_What is needed_. Check each line of the listing below for the string "IfcRelDefinesByType", then copy every line that has it.

──────── Material provided

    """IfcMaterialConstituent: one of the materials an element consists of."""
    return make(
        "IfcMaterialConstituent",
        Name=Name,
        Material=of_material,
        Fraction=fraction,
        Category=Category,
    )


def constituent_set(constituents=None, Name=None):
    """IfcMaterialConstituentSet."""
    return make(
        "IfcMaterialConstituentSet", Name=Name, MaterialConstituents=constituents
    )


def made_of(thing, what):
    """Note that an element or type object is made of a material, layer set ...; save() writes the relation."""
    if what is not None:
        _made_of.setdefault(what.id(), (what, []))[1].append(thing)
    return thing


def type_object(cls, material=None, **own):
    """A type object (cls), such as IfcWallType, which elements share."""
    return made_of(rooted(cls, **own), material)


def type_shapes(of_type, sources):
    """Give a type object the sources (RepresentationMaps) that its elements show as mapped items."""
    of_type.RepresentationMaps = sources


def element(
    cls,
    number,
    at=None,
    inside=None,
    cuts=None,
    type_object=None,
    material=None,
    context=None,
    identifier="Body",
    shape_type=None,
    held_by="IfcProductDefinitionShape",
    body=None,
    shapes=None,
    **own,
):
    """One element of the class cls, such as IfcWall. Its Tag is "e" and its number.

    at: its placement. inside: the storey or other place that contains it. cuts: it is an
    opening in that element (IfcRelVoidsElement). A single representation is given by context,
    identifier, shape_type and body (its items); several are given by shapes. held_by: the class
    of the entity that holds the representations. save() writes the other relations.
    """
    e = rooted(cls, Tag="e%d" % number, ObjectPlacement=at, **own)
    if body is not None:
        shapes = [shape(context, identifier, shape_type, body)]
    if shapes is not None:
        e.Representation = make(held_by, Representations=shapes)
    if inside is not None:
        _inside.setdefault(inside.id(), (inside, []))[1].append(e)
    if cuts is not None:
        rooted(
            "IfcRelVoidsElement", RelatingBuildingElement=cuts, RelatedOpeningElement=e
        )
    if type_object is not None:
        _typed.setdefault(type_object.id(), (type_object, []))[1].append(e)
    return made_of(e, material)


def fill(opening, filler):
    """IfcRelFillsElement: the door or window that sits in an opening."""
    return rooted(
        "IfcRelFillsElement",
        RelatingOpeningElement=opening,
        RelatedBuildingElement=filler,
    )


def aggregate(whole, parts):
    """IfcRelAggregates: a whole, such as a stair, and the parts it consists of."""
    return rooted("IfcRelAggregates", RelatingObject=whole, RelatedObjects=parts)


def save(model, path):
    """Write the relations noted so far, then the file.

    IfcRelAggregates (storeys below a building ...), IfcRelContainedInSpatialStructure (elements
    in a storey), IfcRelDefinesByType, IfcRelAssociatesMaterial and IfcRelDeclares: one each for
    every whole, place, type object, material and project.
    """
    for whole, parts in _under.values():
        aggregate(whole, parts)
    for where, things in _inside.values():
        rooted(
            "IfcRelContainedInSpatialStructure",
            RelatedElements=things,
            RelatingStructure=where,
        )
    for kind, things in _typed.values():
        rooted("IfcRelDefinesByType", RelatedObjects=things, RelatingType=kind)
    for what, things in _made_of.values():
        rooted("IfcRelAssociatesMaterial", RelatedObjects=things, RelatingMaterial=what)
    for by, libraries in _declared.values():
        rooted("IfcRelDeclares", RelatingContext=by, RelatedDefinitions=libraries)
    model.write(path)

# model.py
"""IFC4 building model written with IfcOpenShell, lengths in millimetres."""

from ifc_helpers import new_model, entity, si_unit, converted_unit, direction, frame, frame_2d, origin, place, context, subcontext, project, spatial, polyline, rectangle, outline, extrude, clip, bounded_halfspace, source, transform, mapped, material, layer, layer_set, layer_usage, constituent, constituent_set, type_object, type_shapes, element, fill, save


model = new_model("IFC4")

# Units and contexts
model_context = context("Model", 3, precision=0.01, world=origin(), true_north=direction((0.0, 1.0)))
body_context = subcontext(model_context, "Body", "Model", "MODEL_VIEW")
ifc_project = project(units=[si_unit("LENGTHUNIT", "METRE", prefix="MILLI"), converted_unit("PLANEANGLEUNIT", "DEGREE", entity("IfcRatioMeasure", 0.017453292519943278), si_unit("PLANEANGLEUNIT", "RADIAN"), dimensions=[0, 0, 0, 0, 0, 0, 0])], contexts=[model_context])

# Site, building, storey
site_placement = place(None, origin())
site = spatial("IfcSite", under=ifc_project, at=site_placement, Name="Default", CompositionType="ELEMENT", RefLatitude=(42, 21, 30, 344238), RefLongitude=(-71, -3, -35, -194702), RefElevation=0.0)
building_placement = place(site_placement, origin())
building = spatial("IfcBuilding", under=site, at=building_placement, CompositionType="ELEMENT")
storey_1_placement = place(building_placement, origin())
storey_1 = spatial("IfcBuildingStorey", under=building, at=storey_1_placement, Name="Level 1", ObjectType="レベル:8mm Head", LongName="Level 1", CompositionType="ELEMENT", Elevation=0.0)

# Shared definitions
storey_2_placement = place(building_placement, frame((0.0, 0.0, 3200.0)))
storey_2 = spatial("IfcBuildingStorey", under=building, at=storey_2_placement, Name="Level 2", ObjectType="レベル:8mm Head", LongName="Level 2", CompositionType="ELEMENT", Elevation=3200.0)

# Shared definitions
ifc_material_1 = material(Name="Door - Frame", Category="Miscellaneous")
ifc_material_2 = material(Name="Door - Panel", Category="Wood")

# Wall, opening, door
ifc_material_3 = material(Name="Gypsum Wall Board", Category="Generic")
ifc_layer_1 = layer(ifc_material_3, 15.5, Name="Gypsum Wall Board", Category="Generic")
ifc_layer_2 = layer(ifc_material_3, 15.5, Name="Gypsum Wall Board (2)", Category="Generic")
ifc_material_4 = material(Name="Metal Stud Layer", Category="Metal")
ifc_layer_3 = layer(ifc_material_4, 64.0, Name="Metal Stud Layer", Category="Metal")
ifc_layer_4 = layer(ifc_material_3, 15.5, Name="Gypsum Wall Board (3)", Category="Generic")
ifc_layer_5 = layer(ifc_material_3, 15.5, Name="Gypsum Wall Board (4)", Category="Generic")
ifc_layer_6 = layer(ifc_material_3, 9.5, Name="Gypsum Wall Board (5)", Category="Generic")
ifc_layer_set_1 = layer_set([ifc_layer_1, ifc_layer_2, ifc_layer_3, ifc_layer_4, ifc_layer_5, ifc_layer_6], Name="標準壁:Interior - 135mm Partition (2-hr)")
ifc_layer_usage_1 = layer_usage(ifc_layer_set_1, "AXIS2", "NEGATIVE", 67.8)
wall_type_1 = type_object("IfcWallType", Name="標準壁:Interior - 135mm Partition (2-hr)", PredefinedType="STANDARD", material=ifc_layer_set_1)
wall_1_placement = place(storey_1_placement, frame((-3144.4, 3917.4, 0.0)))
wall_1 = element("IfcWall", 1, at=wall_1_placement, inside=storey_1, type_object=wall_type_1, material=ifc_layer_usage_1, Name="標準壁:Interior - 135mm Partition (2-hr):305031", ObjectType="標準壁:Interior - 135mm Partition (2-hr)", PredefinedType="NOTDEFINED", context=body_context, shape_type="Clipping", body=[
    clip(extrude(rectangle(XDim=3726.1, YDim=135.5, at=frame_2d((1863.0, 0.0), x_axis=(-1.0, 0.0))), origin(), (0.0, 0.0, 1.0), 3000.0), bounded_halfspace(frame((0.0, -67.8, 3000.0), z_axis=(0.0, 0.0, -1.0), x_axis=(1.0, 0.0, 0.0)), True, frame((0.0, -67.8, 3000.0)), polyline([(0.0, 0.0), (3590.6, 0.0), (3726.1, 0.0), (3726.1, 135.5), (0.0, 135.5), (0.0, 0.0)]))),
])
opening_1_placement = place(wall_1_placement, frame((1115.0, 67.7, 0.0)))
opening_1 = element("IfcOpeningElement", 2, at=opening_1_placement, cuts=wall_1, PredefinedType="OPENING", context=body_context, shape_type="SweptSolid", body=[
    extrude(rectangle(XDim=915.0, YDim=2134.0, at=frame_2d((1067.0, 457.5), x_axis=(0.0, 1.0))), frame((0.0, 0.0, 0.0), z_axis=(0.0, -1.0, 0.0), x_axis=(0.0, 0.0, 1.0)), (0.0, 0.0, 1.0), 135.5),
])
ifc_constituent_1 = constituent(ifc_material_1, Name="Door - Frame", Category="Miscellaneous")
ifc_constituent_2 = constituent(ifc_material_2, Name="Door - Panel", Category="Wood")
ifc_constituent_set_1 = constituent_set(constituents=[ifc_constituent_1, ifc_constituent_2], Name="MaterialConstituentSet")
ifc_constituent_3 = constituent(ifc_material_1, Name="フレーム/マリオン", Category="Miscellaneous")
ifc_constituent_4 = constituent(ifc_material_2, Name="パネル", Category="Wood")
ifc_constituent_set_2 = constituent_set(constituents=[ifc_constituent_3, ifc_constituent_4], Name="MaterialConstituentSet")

────────────────
──────── Material provided

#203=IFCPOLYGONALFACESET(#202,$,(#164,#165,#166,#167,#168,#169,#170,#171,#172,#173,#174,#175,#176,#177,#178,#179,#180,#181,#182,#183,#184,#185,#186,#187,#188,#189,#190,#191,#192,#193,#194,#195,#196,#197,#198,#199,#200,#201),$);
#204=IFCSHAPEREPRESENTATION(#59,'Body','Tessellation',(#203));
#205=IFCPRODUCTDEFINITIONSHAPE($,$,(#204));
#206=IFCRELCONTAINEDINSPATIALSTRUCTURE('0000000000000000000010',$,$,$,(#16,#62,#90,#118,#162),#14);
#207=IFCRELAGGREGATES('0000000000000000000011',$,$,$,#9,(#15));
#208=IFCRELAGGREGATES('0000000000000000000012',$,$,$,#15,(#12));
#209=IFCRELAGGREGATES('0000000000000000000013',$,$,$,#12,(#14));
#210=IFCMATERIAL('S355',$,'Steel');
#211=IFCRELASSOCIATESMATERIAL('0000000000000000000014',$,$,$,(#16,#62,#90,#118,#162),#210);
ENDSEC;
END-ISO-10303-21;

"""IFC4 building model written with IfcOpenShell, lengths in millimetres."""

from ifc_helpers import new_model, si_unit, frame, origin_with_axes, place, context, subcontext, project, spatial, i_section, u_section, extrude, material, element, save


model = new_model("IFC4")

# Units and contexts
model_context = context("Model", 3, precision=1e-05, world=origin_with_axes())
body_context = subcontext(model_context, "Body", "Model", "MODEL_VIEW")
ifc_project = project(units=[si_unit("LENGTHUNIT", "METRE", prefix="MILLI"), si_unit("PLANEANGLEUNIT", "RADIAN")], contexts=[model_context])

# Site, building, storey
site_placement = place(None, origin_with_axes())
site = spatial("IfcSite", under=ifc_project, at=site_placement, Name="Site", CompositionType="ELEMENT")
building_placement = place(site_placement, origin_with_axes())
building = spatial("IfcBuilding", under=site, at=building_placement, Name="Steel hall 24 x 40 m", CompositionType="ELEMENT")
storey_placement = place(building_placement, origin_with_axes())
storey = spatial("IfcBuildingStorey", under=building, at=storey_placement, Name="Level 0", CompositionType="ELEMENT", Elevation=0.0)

────────────────

_Answer box_.
    in a storey), IfcRelDefinesByType, IfcRelAssociatesMaterial and IfcRelDeclares: one each for
        rooted("IfcRelDefinesByType", RelatedObjects=things, RelatingType=kind)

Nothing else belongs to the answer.